Her feet, well, I think of 'quick-flicking.' If there was an arch, it was not in the ankle, but in the center of her foot, between the bridge of the toes and the ankle. She wore a long tunic, which revealed little of her body or its contours, but it really didn't matter. That this was a woman, and an artist, consumed with the dance was evident.


....Jennifer Lacey/Nadia Lauro's"Chateaux of France 3," staged in an opera house, revealed much more of the body, whether strapped in styrofoam or teetering on stilettos, but so much less about dance. In fact, too much of dance these days seems about something else besides dance. How dance fell from the primal, communal activity represented by Lila Gnaoua to the styrofoam clad, artificially physically impaired, drowned in a sea of video screens world of Lacey and Lauro I'm not sure, but I think it has something to do with a lack of esteem. From an act in which everyone once found ritual and joy, dance has devolved into something in which many people find no meaning. Instead of responding by applying more intellectual and kinetic rigor to their dances, many choreographers have resorted to crutches like "videography," text, fashion, and computer-generated images -- that leave them with no ability to walk on their own.

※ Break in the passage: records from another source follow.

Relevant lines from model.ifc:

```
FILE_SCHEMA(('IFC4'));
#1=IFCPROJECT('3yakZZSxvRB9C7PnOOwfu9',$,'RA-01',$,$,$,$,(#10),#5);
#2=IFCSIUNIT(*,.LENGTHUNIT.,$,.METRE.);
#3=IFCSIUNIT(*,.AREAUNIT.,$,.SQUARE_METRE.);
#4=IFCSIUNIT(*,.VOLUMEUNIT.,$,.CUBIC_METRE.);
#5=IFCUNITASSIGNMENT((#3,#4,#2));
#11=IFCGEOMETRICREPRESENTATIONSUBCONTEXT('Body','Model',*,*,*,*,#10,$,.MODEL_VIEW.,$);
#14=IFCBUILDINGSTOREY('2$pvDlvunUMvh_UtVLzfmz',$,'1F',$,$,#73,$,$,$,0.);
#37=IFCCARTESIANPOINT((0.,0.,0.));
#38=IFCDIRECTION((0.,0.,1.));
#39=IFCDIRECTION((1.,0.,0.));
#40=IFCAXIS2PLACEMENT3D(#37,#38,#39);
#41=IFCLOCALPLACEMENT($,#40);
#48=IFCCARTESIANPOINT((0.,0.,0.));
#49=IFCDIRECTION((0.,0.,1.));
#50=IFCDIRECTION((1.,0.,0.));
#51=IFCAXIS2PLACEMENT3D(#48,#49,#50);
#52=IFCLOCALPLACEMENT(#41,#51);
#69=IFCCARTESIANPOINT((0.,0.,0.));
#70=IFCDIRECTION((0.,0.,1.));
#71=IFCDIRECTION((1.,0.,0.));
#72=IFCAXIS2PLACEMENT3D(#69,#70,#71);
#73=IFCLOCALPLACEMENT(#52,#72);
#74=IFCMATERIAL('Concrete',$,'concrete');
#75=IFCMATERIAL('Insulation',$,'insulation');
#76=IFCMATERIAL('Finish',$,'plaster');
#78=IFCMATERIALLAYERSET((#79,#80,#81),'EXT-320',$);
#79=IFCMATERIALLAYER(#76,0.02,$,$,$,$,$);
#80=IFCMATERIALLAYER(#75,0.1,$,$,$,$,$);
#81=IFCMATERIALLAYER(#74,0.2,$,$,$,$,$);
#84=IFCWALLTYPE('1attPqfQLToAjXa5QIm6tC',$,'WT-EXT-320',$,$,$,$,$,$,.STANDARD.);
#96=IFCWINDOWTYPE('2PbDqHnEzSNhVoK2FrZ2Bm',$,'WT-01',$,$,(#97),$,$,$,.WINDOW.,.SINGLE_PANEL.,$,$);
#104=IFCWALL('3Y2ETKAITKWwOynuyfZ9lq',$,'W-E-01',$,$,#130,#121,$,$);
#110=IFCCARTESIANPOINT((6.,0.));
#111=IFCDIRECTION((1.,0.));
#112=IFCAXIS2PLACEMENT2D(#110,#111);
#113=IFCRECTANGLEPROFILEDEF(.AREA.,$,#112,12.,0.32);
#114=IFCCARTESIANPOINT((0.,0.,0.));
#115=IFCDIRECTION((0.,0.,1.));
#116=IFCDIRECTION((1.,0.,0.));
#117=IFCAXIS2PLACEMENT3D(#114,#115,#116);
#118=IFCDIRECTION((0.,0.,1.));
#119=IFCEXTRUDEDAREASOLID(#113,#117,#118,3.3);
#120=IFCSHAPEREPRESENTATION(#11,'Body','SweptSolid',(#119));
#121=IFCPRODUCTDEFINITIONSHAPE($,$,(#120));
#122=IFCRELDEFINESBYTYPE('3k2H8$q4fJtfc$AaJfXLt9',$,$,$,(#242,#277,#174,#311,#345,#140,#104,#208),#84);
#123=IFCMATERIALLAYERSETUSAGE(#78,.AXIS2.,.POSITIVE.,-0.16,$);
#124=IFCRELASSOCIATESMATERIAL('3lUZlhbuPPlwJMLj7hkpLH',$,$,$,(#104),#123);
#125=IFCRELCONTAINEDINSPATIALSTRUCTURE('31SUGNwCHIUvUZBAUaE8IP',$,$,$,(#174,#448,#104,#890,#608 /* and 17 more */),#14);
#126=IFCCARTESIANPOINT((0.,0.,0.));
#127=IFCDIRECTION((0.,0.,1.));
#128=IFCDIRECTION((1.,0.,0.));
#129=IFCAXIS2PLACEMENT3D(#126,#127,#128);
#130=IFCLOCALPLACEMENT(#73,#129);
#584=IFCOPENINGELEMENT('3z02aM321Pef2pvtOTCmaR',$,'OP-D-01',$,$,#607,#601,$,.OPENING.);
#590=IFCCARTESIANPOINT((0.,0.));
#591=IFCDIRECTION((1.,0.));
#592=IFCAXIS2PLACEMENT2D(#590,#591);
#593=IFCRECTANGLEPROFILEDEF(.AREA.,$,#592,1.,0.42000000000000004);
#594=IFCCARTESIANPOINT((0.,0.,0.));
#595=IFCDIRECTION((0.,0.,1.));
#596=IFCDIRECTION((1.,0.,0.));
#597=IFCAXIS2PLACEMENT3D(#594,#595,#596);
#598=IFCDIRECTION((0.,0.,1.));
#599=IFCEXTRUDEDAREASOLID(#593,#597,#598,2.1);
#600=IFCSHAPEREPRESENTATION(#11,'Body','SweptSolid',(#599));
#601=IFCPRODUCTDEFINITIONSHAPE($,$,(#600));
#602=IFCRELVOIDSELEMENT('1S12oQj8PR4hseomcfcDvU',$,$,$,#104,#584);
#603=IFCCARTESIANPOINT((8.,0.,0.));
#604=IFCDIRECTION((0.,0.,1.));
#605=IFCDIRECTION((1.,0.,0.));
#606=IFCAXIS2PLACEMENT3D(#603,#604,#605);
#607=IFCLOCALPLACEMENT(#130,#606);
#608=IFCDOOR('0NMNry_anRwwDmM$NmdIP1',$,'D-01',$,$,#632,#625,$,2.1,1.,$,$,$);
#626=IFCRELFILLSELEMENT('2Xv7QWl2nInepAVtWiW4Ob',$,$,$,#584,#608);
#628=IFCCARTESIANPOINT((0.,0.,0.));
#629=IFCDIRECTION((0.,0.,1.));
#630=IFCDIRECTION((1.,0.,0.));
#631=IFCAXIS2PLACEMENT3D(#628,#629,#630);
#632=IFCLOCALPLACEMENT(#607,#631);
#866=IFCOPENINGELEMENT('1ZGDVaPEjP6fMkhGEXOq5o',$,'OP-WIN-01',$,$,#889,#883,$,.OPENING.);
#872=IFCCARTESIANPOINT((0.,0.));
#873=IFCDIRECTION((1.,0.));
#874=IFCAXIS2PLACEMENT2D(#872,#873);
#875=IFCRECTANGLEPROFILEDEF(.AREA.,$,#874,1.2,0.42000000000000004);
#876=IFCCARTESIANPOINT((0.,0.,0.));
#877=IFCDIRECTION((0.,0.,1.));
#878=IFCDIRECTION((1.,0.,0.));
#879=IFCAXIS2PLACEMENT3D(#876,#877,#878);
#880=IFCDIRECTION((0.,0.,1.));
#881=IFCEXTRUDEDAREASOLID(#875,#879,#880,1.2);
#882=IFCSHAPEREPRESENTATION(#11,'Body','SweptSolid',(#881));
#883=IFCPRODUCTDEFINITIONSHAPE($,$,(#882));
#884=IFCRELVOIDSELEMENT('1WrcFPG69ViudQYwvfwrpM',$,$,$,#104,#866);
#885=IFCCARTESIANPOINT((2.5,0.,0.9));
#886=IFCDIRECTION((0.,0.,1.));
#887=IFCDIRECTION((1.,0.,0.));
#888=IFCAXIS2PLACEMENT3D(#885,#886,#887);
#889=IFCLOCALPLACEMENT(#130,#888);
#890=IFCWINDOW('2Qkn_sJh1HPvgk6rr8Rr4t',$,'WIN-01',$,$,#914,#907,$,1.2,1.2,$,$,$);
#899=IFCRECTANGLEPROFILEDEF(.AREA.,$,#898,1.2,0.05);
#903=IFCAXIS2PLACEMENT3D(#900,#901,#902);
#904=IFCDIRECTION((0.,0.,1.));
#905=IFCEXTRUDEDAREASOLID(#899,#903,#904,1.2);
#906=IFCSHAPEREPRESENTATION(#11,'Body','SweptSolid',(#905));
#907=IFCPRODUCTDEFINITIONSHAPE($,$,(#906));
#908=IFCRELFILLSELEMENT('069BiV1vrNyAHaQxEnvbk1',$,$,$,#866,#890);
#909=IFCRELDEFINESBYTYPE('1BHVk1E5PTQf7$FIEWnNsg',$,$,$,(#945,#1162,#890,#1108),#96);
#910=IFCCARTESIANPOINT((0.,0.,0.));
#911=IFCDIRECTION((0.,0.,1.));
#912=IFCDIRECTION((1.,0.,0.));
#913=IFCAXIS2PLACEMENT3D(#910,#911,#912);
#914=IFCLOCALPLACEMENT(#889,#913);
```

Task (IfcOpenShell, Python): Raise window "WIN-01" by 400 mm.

```python
import numpy as np
import ifcopenshell
import ifcopenshell.api.geometry
import ifcopenshell.util.placement
import ifcopenshell.util.unit

model = ifcopenshell.open("model.ifc")
unit_scale = ifcopenshell.util.unit.calculate_unit_scale(model)

window = model.by_id(890)
opening = window.FillsVoids[0].RelatingOpeningElement
dz = 0.4 / unit_scale

shift = np.array([0.0, 0.0, dz])
# The window is placed relative to its opening, so it follows when the opening moves.
matrix = ifcopenshell.util.placement.get_local_placement(opening.ObjectPlacement)
matrix[:3, 3] += shift
ifcopenshell.api.geometry.edit_object_placement(
    model, product=opening, matrix=matrix, is_si=False, should_transform_children=True
)

print(f"moved by {dz * unit_scale:+.3f} m")

model.write("model-out.ifc")
```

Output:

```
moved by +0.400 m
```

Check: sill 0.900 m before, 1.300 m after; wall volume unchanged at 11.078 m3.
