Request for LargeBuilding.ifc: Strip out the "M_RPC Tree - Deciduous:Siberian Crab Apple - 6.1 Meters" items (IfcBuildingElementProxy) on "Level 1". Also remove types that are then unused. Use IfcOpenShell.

First a look at what the model holds.

```python
import ifcopenshell
import ifcopenshell.util.element

model = ifcopenshell.open("LargeBuilding.ifc")
print(model.schema)
storey = next(s for s in model.by_type("IfcBuildingStorey") if s.Name == "Level 1")
proxies = [e for e in ifcopenshell.util.element.get_decomposition(storey) if e.is_a("IfcBuildingElementProxy")]
seen = {}
for e in proxies:
    element_type = ifcopenshell.util.element.get_type(e)
    name = element_type.Name if element_type not in (None, e) else None
    seen[name] = seen.get(name, 0) + 1
for name, count in sorted(seen.items(), key=str):
    print(count, "x", name)
```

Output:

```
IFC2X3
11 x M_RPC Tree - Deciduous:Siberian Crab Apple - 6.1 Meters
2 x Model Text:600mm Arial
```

```python
import ifcopenshell
import ifcopenshell.api.root
import ifcopenshell.util.element

model = ifcopenshell.open("LargeBuilding.ifc")

storey = next(s for s in model.by_type("IfcBuildingStorey") if s.Name == "Level 1")
proxies = [e for e in ifcopenshell.util.element.get_decomposition(storey) if e.is_a("IfcBuildingElementProxy")]
targets = [e for e in proxies if (t := ifcopenshell.util.element.get_type(e)) not in (None, e) and t.Name == "M_RPC Tree - Deciduous:Siberian Crab Apple - 6.1 Meters"]
types = {ifcopenshell.util.element.get_type(e) for e in targets} - {None, *targets}

for e in targets:
    ifcopenshell.api.root.remove_product(model, product=e)
print(len(targets), "removed")

unused = [t for t in types if not ifcopenshell.util.element.get_types(t)]
for t in unused:
    ifcopenshell.api.root.remove_product(model, product=t)
print(len(unused), "unused types removed")

model.write("LargeBuilding-out.ifc")
```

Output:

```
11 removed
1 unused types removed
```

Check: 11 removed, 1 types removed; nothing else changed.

....With Lacey, I don't know that it's any loss. But the way filmmaker Thierry De Mey has stolen the soul of Anne Teresa De Keersmaeker's essential dance "Fase" in the new "Fase -- The Film" is a tragedy.

"Fase" works because of the simplicity of its choreographic design and the virtuosity of its execution. When I first saw De Keersmaeker and Michele Anne De Mey give it, in 1998 at The Kitchen, I thought: This is movement that on anyone else would bore me, to music (by Steve Reich) that would usually affect me the same way. This is no doubt a unique reaction; I suspect that De Keersmaeker's fellow post-mod dancers and choreographers would find fascination in the movement itself, or its repetition. Fair enough. But coming from the hoi-polloi, I think it's a dance that could achieve what, really, not enough post-modern dance does, and truly engage the general public -- the people who think they don't get dance. You could say the same thing about basketball: what's the point of watching ten men run back and forth trying to throw a ball in a basket? The point is in the execution and its virtuosity -- as well as its grace and fire. This is not, I think, a dance that makes a claim to choreographic brilliance; the choreography is really a setting for the joy of dance to come through, and it does. It's about the dancer.

De Mey, oh so unfortunately, is afraid to let the dance stand on its own. We really could have used a pure documentation of this seminal dance. Instead, De May inserts himself, interfering with the rhythm of the dance and diluting its inherent values. Instead of standing back and using his facility to capture the built-in swirling of the dancers, he swirls the camera around them; most annoyingly in De Keermaeker's solo segment ("Violin Fase"). As if that weren't bad enough, he sets this segment in a forest on a stage covered with snow. So the effect of her swirling is cancelled out because the camera is swirling around her; and the strength of her own beauty -- a beauty coming 99 percent from the dance -- is not so clear as it is when she's dancing on a bare stage with simple lighting in a narrowly proscribed square.

What I see here, most dangerously, is a lack of confidence in the dance itself to carry the day -- even when portrayed by our most charismatic modern dancer! There is a feeling that dance needs to be sexed up by adding other elements.


....I feared the same from Trisha Brown's new solo, "It's a Draw," in which, yes, the Judson One draws. More on that tomorrow.

*Taken from Paul Gaugin's 1898 painting of the same name.